[WORK INSTRUCTIONS] Only the count is expected: the number of lines below that contain "IFCCARTESIANPOINT".

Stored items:
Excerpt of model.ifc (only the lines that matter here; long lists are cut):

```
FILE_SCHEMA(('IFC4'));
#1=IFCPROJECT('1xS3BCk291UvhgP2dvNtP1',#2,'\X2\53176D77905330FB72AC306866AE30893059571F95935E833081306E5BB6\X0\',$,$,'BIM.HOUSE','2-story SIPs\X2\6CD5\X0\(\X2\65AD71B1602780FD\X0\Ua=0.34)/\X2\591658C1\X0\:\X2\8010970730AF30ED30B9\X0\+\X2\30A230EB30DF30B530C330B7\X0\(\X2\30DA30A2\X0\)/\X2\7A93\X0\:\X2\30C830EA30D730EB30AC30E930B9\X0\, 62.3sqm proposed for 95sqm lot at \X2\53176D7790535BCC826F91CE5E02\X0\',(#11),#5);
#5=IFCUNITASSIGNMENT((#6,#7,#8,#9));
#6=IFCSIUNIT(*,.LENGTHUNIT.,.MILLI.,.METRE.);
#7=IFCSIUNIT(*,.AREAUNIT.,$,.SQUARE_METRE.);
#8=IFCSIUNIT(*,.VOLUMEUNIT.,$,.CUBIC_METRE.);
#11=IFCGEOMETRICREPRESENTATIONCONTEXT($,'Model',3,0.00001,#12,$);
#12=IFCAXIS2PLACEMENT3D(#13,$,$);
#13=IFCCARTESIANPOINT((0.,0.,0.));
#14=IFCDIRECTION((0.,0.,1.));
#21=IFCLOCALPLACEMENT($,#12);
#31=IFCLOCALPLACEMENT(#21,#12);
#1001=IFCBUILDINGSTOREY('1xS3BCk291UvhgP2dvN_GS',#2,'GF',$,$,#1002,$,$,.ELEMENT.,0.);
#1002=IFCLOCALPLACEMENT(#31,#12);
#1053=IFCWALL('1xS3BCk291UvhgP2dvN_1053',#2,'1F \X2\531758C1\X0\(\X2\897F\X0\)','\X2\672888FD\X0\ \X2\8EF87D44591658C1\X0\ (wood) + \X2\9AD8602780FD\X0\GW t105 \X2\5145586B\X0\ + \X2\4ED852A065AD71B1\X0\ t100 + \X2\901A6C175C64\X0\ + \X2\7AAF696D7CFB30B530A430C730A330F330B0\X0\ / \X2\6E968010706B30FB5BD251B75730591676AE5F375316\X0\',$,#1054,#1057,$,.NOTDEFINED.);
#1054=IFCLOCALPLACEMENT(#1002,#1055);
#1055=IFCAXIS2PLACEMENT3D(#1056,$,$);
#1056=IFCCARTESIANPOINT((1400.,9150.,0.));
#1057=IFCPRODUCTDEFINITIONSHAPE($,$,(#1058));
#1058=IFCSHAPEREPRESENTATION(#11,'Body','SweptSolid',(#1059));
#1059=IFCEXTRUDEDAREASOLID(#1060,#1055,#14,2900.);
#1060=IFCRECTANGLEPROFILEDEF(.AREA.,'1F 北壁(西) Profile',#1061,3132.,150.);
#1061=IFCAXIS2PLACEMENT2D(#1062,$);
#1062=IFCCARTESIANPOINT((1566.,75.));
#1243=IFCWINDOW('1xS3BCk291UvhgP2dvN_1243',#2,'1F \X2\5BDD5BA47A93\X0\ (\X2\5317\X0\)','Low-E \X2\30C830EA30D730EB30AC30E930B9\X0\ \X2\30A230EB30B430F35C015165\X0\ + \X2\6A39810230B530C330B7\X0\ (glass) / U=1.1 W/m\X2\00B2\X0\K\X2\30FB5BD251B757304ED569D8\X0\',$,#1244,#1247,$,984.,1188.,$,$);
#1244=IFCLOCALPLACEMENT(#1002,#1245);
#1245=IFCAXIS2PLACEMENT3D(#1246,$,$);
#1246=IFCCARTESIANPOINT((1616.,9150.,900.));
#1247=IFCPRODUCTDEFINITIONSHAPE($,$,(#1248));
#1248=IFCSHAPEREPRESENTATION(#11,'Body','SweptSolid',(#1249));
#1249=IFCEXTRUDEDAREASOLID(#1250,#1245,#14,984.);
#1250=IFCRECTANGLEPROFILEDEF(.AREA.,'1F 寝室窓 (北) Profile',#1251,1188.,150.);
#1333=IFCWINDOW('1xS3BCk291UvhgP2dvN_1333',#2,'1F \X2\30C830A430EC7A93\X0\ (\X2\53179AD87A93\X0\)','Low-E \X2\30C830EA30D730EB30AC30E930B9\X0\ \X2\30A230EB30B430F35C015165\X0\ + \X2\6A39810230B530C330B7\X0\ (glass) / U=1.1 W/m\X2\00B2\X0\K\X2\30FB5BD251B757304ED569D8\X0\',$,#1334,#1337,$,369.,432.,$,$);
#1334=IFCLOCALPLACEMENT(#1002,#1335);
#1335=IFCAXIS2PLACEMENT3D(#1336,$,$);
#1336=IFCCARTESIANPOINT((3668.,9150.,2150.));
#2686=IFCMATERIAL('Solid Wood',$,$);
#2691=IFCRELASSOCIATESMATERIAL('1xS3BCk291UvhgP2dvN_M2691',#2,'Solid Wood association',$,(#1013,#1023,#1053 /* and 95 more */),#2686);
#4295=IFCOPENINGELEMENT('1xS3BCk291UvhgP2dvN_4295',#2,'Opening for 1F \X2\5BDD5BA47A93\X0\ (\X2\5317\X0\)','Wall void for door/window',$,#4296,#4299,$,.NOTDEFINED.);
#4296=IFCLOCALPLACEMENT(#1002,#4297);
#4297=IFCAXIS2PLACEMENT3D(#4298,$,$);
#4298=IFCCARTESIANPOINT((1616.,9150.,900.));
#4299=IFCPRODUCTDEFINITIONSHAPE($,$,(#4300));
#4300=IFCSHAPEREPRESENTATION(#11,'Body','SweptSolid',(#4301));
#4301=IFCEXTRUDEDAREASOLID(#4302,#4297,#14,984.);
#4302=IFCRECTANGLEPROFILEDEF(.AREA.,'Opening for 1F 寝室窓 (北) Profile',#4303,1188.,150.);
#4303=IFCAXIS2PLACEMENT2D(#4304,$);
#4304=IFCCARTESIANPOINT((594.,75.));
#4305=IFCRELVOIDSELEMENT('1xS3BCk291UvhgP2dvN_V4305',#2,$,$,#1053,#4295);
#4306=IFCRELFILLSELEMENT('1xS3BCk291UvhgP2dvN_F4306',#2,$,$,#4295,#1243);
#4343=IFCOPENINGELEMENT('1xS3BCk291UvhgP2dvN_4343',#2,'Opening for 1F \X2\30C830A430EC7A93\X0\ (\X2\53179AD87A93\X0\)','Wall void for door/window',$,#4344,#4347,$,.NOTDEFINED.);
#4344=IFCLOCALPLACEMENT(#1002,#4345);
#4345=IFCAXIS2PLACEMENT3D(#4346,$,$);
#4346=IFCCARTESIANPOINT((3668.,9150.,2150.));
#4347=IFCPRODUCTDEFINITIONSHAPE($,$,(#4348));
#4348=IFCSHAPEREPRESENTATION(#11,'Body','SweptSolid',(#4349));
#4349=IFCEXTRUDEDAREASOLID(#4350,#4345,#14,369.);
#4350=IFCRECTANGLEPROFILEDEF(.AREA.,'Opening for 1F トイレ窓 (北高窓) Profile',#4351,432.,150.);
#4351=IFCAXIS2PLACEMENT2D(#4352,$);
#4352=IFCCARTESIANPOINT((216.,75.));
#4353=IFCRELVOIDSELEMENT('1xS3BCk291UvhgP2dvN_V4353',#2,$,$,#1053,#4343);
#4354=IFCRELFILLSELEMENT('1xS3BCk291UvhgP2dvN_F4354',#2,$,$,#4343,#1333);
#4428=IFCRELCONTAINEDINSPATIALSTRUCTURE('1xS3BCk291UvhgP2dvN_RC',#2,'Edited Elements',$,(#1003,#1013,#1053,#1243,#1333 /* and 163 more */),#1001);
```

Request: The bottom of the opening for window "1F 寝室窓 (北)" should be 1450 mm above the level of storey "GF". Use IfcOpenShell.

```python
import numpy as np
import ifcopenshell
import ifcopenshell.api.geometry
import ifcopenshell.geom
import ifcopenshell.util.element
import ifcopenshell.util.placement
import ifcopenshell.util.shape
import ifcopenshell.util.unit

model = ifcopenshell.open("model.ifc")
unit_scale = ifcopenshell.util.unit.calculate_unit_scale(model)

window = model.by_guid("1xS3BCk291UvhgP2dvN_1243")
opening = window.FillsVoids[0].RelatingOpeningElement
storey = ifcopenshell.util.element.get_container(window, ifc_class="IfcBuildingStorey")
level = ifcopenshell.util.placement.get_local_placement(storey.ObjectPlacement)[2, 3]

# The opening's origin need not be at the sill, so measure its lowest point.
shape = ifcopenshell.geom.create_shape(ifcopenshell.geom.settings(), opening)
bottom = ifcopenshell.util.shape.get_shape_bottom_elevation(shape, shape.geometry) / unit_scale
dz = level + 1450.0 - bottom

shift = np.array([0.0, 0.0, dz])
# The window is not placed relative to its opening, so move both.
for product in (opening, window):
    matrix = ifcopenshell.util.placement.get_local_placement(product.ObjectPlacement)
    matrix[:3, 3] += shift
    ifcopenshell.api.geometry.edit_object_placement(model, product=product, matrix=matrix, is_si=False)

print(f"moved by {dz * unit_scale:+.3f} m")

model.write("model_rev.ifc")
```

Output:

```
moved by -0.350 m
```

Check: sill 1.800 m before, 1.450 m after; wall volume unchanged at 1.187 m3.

[OUTPUT BELOW] 9